Protein scaffold-based molecular probes for cancer molecular imaging.

机构信息

Department of Radiology, Molecular Imaging Program at Stanford, Stanford University, CA 94305-5344, USA.

出版信息

Amino Acids. 2011 Nov;41(5):1037-47. doi: 10.1007/s00726-010-0503-9. Epub 2010 Feb 21.

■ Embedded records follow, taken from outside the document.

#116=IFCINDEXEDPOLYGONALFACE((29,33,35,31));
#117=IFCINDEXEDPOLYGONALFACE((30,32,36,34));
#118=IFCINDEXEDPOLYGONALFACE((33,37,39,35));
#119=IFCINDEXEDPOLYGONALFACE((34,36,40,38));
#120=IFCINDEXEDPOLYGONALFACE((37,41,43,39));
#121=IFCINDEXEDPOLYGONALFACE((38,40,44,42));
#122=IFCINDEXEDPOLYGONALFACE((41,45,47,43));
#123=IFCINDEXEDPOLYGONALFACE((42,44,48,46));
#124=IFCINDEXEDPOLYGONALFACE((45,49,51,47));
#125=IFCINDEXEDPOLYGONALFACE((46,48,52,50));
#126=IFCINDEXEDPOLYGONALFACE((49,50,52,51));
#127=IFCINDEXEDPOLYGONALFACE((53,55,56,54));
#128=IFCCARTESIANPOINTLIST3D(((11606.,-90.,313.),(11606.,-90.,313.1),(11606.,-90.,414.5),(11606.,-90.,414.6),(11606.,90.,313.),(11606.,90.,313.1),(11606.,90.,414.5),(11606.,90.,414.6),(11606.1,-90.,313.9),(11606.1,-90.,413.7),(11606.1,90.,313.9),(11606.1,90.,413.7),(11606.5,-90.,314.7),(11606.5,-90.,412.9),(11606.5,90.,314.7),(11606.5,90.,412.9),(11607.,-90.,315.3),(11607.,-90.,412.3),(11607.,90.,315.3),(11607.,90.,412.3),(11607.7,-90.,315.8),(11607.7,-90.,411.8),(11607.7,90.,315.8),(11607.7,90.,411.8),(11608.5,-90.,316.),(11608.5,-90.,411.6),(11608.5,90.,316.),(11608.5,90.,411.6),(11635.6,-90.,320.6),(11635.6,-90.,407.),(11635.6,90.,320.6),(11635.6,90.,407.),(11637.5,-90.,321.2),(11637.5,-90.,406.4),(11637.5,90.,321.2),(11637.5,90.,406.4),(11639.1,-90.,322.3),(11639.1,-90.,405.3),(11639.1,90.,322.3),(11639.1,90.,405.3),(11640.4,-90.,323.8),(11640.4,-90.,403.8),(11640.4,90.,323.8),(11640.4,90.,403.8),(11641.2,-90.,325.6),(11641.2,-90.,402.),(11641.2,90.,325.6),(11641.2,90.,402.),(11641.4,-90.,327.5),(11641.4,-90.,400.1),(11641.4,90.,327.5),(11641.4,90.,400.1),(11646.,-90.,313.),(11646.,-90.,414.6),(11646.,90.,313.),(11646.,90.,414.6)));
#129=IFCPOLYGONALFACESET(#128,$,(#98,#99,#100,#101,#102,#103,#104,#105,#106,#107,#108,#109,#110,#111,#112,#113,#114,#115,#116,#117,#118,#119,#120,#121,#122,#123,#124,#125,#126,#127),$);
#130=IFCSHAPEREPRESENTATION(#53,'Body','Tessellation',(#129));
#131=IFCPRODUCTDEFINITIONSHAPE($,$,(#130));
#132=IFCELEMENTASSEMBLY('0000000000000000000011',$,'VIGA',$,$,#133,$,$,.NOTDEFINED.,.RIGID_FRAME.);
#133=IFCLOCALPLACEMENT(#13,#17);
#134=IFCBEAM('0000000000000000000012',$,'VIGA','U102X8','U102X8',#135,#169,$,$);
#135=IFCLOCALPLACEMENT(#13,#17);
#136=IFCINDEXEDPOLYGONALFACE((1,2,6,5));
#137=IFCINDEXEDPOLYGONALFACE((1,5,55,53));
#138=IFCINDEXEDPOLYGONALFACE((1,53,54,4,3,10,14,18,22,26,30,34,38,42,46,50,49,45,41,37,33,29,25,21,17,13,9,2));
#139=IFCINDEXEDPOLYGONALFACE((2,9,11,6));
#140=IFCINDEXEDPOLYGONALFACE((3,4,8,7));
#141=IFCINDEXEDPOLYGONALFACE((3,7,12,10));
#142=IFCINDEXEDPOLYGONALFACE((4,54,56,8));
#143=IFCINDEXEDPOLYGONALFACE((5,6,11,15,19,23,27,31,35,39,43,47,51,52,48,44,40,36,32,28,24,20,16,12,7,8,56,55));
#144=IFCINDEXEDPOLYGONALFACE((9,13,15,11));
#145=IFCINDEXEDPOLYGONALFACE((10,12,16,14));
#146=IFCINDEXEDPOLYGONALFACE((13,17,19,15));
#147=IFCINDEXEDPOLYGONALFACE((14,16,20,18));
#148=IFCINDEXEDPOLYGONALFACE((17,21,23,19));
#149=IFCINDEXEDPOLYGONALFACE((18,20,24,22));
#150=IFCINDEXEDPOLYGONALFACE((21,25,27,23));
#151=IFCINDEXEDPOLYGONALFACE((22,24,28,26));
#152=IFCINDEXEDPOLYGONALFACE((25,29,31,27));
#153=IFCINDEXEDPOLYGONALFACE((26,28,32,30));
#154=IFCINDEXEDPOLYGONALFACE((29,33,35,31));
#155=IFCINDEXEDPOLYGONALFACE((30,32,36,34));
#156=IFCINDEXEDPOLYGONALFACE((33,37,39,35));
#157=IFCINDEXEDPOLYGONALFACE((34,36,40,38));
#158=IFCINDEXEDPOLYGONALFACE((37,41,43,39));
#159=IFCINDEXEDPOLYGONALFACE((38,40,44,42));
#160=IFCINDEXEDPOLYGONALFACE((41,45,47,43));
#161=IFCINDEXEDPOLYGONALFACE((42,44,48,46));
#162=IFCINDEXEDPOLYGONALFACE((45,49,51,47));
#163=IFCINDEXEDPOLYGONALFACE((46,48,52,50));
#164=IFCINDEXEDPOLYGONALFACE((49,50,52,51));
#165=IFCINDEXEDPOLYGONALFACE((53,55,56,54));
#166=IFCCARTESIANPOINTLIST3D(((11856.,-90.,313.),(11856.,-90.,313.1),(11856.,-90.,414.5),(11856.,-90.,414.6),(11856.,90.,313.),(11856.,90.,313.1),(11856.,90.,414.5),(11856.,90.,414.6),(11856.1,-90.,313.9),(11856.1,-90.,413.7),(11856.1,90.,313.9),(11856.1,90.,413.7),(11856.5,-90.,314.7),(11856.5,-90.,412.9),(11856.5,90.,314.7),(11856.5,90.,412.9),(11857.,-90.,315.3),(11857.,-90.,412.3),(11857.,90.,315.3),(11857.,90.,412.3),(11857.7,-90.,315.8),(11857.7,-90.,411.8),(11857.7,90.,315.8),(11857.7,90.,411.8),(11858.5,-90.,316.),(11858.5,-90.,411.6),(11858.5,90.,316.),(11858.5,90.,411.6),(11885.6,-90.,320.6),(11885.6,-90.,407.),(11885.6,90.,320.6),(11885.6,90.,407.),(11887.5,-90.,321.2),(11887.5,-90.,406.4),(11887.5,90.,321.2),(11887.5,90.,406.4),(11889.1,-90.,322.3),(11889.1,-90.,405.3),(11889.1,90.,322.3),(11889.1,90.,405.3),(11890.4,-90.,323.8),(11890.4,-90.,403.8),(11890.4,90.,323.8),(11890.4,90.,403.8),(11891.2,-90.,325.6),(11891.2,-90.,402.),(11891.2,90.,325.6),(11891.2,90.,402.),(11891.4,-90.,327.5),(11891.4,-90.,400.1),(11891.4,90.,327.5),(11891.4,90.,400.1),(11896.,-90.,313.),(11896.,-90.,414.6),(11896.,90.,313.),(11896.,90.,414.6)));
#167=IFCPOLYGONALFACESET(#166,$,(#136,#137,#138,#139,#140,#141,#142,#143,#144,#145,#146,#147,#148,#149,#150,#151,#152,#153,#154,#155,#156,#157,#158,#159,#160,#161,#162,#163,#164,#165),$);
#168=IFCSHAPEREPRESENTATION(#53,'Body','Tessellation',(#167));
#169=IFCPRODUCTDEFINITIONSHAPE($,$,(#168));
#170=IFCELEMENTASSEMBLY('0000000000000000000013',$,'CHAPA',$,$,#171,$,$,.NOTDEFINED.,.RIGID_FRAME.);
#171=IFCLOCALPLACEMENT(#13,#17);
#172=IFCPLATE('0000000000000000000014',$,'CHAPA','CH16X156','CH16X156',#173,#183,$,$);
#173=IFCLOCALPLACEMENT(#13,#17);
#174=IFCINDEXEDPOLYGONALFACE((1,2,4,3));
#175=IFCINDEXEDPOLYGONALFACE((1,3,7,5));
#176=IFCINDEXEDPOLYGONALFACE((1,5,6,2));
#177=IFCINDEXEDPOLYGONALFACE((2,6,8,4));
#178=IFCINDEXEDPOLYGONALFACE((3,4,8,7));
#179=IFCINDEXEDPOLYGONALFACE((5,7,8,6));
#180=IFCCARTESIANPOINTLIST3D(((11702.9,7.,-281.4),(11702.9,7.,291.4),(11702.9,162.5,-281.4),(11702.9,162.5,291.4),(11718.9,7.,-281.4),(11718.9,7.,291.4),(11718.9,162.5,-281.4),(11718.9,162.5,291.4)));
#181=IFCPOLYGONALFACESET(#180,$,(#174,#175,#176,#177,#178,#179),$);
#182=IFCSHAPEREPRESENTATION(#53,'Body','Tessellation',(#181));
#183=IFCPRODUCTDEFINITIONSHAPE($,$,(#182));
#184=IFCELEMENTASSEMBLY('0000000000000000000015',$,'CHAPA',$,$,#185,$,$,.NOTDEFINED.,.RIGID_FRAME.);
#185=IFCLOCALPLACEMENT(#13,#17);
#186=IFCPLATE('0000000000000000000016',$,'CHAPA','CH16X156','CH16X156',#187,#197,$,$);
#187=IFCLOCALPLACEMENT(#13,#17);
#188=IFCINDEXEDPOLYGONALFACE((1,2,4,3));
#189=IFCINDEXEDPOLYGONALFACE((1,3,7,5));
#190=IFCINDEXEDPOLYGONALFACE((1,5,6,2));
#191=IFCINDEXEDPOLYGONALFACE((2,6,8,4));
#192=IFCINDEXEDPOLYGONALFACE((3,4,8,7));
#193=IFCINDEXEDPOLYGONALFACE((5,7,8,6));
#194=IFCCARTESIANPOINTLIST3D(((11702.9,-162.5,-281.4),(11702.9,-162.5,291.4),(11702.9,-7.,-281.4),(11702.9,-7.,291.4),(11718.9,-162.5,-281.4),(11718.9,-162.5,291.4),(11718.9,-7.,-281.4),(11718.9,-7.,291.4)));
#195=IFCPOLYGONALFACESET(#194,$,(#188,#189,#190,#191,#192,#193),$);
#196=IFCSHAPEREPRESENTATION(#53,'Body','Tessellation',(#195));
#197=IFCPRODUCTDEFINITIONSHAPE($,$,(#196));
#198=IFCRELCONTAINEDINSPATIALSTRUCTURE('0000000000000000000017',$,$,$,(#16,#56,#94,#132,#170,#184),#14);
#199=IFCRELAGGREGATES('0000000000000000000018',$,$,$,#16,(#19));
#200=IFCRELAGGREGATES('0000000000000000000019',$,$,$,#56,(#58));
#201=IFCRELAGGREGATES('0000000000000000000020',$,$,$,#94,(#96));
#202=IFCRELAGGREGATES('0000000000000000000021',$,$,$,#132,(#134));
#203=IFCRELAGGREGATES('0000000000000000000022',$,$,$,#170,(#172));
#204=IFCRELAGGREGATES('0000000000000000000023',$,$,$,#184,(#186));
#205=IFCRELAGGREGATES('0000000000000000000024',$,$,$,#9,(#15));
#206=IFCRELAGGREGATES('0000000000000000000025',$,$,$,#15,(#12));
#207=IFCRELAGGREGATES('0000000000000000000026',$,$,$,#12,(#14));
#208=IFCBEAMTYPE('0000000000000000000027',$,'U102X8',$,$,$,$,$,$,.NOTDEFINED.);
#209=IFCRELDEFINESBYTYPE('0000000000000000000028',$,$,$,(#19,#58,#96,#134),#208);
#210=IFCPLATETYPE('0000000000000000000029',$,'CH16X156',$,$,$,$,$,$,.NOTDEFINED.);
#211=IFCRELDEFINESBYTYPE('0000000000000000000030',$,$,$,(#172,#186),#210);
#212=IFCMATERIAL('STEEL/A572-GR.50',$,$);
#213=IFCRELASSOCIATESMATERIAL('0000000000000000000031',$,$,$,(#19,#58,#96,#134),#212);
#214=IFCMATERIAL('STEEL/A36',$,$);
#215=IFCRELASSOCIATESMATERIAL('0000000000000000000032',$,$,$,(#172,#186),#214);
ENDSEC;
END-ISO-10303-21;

DOI:10.1007/s00726-010-0503-9
PMID:20174842
原文链接:https://pmc.ncbi.nlm.nih.gov/articles/PMC2914822/
Abstract

Protein scaffold molecules are powerful reagents for targeting various cell signal receptors, enzymes, cytokines and other cancer-related molecules. They belong to the peptide and small protein platform with distinct properties. For the purpose of development of new generation molecular probes, various protein scaffold molecules have been labeled with imaging moieties and evaluated both in vitro and in vivo. Among the evaluated probes Affibody molecules and analogs, cystine knot peptides, and nanobodies have shown especially good characteristics as protein scaffold platforms for development of in vivo molecular probes. Quantitative data obtained from positron emission tomography, single photon emission computed tomography/CT, and optical imaging together with biodistribution studies have shown high tumor uptakes and high tumor-to-blood ratios for these probes. High tumor contrast imaging has been obtained within 1 h after injection. The success of those molecular probes demonstrates the adequacy of protein scaffold strategy as a general approach in molecular probe development.

摘要

蛋白质支架分子是靶向各种细胞信号受体、酶、细胞因子和其他癌症相关分子的有力试剂。它们属于具有独特性质的肽和小蛋白平台。为了开发新一代分子探针,已经将各种蛋白质支架分子标记成像部分,并在体外和体内进行了评估。在评估的探针中,亲和体分子和类似物、半胱氨酸结肽和纳米抗体作为体内分子探针开发的蛋白质支架平台表现出特别好的特性。正电子发射断层扫描、单光子发射计算机断层扫描/计算机断层扫描和光学成像获得的定量数据以及生物分布研究表明,这些探针具有高肿瘤摄取率和高肿瘤与血液的比值。在注射后 1 小时内即可获得高肿瘤对比度成像。这些分子探针的成功证明了蛋白质支架策略作为分子探针开发的一般方法是可行的。